My sister and I believe we need to open up a new bank account in order to deposit his assets and pay off some debts. My question is whether this would need to be an actual estate account or if a regular joint account would suffice. Thank you.
I'm sorry about your father's death.
The whole purpose of Probate Code section 13100 (the small estates procedure) is to avoid having to open a probate. You are correct that the limit as of 1/1/2012 for using the small estates procedure is $150,000. See: http://leginfo.ca.gov/cgi-bin/displaycode?section=prob&group=13001-14000&file=13100-13116
Unless you open a formal probate, I believe you will have considerable difficulty opening an estate account - if you try, the bank will most likely ask you for copies of "letters testamentary", which you can only get in a formal probate proceeding. Therefore, your only choices are a joint account or for each of you to open a separate account.

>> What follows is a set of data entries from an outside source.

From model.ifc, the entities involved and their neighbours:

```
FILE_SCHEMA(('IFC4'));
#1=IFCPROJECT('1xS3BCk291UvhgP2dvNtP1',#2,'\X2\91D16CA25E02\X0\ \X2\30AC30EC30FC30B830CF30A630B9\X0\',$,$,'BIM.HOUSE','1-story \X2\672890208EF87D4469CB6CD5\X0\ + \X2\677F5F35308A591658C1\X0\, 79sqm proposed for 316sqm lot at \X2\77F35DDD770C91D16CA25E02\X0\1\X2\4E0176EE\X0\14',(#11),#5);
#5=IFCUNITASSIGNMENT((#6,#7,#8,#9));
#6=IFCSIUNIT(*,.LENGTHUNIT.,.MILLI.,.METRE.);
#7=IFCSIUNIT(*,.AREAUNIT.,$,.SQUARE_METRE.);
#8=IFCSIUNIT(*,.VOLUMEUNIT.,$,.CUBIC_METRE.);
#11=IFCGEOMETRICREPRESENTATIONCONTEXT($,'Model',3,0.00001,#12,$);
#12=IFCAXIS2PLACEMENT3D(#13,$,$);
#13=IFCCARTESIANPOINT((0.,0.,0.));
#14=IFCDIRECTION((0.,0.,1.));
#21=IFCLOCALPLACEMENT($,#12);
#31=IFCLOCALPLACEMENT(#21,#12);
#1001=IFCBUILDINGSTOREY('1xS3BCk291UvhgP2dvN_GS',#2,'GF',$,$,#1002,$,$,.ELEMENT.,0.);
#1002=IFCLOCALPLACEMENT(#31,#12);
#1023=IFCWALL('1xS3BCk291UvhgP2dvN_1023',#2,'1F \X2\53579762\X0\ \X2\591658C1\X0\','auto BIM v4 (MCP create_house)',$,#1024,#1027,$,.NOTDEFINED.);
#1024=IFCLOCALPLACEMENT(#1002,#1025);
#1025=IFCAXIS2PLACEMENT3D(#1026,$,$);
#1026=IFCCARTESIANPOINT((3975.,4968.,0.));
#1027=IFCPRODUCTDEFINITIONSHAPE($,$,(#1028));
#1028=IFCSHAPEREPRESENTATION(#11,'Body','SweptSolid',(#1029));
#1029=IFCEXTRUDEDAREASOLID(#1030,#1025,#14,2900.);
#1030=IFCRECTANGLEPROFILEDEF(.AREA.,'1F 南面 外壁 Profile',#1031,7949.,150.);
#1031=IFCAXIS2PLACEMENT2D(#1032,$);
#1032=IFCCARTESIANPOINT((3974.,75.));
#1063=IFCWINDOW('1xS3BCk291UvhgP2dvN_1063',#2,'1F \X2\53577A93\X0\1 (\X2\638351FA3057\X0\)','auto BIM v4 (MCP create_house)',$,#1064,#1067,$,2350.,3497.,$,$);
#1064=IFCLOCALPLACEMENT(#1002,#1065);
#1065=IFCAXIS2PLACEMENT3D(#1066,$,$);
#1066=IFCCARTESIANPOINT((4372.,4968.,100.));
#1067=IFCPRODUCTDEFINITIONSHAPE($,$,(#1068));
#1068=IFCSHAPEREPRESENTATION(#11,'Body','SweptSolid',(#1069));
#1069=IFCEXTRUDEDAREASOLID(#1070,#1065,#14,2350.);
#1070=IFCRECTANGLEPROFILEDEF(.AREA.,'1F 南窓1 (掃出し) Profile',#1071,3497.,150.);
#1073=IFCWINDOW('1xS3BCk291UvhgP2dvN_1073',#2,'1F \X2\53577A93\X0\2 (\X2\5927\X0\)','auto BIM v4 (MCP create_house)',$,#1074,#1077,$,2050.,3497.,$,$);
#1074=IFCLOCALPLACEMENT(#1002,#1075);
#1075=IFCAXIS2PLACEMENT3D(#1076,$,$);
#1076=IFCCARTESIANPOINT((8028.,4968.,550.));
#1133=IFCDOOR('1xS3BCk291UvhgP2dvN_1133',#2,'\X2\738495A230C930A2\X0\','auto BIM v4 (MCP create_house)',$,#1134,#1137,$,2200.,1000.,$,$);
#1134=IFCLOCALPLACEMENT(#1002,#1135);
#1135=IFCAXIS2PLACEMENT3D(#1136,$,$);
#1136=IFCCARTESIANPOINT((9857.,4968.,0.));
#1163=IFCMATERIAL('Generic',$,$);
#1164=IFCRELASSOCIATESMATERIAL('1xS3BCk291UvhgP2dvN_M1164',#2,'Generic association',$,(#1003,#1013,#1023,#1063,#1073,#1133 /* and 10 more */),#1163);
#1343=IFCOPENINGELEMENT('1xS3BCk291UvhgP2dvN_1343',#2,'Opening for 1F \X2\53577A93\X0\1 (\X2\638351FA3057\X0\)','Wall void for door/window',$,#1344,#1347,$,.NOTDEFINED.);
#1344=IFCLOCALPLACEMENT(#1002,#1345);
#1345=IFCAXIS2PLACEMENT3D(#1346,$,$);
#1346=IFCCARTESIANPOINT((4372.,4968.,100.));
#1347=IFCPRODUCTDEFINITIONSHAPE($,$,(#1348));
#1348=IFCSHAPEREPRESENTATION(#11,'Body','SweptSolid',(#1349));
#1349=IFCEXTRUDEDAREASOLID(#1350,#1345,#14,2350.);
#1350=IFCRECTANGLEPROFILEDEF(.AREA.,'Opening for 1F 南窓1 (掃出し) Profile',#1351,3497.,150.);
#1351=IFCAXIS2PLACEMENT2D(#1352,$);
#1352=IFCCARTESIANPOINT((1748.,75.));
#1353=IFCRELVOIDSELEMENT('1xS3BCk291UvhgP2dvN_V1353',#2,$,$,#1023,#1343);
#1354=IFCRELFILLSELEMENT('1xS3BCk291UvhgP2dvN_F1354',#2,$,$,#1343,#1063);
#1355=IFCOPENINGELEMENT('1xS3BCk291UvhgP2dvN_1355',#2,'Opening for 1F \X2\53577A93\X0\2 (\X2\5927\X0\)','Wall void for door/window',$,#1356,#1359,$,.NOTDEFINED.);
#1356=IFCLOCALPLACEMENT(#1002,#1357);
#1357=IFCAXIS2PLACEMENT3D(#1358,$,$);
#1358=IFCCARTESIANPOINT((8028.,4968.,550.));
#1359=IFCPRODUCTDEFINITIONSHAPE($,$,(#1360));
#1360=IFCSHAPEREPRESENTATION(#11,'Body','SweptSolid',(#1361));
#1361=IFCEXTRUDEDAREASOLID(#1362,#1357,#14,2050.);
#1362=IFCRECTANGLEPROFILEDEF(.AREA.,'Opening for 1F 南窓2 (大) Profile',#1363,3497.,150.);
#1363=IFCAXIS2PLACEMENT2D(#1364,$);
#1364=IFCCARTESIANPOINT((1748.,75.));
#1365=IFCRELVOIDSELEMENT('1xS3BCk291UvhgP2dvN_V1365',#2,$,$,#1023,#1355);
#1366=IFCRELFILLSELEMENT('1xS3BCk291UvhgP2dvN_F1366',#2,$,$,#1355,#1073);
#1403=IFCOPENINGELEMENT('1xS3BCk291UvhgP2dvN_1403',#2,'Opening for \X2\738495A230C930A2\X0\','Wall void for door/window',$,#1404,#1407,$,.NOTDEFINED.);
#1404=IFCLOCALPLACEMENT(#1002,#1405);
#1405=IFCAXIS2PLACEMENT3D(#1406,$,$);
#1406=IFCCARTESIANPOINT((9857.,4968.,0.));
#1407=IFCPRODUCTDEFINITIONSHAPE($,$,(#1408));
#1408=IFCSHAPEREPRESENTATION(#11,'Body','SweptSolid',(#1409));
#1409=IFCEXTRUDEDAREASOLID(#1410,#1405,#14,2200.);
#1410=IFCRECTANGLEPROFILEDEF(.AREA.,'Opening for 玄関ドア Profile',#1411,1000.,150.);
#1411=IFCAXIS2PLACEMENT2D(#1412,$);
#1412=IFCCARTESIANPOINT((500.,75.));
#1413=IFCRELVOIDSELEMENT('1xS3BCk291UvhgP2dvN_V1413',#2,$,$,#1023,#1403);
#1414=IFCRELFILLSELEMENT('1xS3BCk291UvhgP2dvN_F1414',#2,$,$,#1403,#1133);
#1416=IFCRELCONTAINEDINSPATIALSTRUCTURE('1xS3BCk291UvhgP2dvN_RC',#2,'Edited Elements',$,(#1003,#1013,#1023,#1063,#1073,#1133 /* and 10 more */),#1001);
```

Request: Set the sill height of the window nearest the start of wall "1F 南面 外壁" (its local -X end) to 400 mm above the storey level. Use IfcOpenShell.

```python
import numpy as np
import ifcopenshell
import ifcopenshell.api.geometry
import ifcopenshell.geom
import ifcopenshell.util.element
import ifcopenshell.util.placement
import ifcopenshell.util.shape
import ifcopenshell.util.unit

model = ifcopenshell.open("model.ifc")
unit_scale = ifcopenshell.util.unit.calculate_unit_scale(model)

window = model.by_guid("1xS3BCk291UvhgP2dvN_1063")
opening = window.FillsVoids[0].RelatingOpeningElement
storey = ifcopenshell.util.element.get_container(window, ifc_class="IfcBuildingStorey")
level = ifcopenshell.util.placement.get_local_placement(storey.ObjectPlacement)[2, 3]

# The opening's origin need not be at the sill, so measure its lowest point.
shape = ifcopenshell.geom.create_shape(ifcopenshell.geom.settings(), opening)
bottom = ifcopenshell.util.shape.get_shape_bottom_elevation(shape, shape.geometry) / unit_scale
dz = level + 400.0 - bottom

shift = np.array([0.0, 0.0, dz])
# The window is not placed relative to its opening, so move both.
for product in (opening, window):
    matrix = ifcopenshell.util.placement.get_local_placement(product.ObjectPlacement)
    matrix[:3, 3] += shift
    ifcopenshell.api.geometry.edit_object_placement(model, product=product, matrix=matrix, is_si=False)

print(f"moved by {dz * unit_scale:+.3f} m")

model.write("model_edited.ifc")
```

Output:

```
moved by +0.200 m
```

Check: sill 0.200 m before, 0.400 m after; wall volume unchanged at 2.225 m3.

One disadvantage to using a joint account is that if either you or your sister were to die before you finished settling your father's estate, the survivor would automatically become the sole owner of the joint account - meaning that if you passed away before things were settled, your family would not be legally entitled to any money remaining in that account and if your sister passed away before things were settled, her family would not be legally entitled to the money remaining in the joint account.
But if you're not concerned about the possibility of your respective families losing the money in the joint account, it is probably the simplest solution for a small estate.
The information you obtain at this site is not, nor is it intended to be, legal advice. You should consult an attorney for individual advice regarding your own situation.
Estate Planning Attorney
I need more information to answer this completely, but several things stand out. First, you should research whether the inheritance from his mother is really an asset of the estate. There is probably a survivorship requirement. Second, the threshold for avoiding probate is under $ 100,000, not $ 150,000. You are correct that you do not include a retirement account that passes by beneficiary designation. Third, as a general matter I recommend opening a separate bank account so that you can account for assets in and expenses out.
You should check with a local attorney and provide all the facts before making a decision about this case. Good luck.
If you and sister are beneficiaries of retirement, then it's not in estate or available to creditors. Same with joint tenancy property. If gma survived your father her 50k is out too.
A joint account would do just keep separate. Check retirement. There are. Benefits to leaving it in inherited Ira.
Estate Planning Attorney
Requirement accounts can be transferred to the beneficiaries directly either in a lump sum (all taxable income) or by rolling-over the portion of the account to which the beneficiary is entitled ( a beneficiary IRA) with no taxable consequences. The $50,000 future pay out can probably be transferred directly to you and your sister and won't need a probate or administration. It can be handled if need be by an declaration of herisip under Probate Code Section 13101. Since there are no monies to deposit under the facts that you have provided, an additional account would not appear to be necessary.
The answer to the above question is not intended to offer legal advice and you should always check with an attorney of your choosing prior to taking any actions.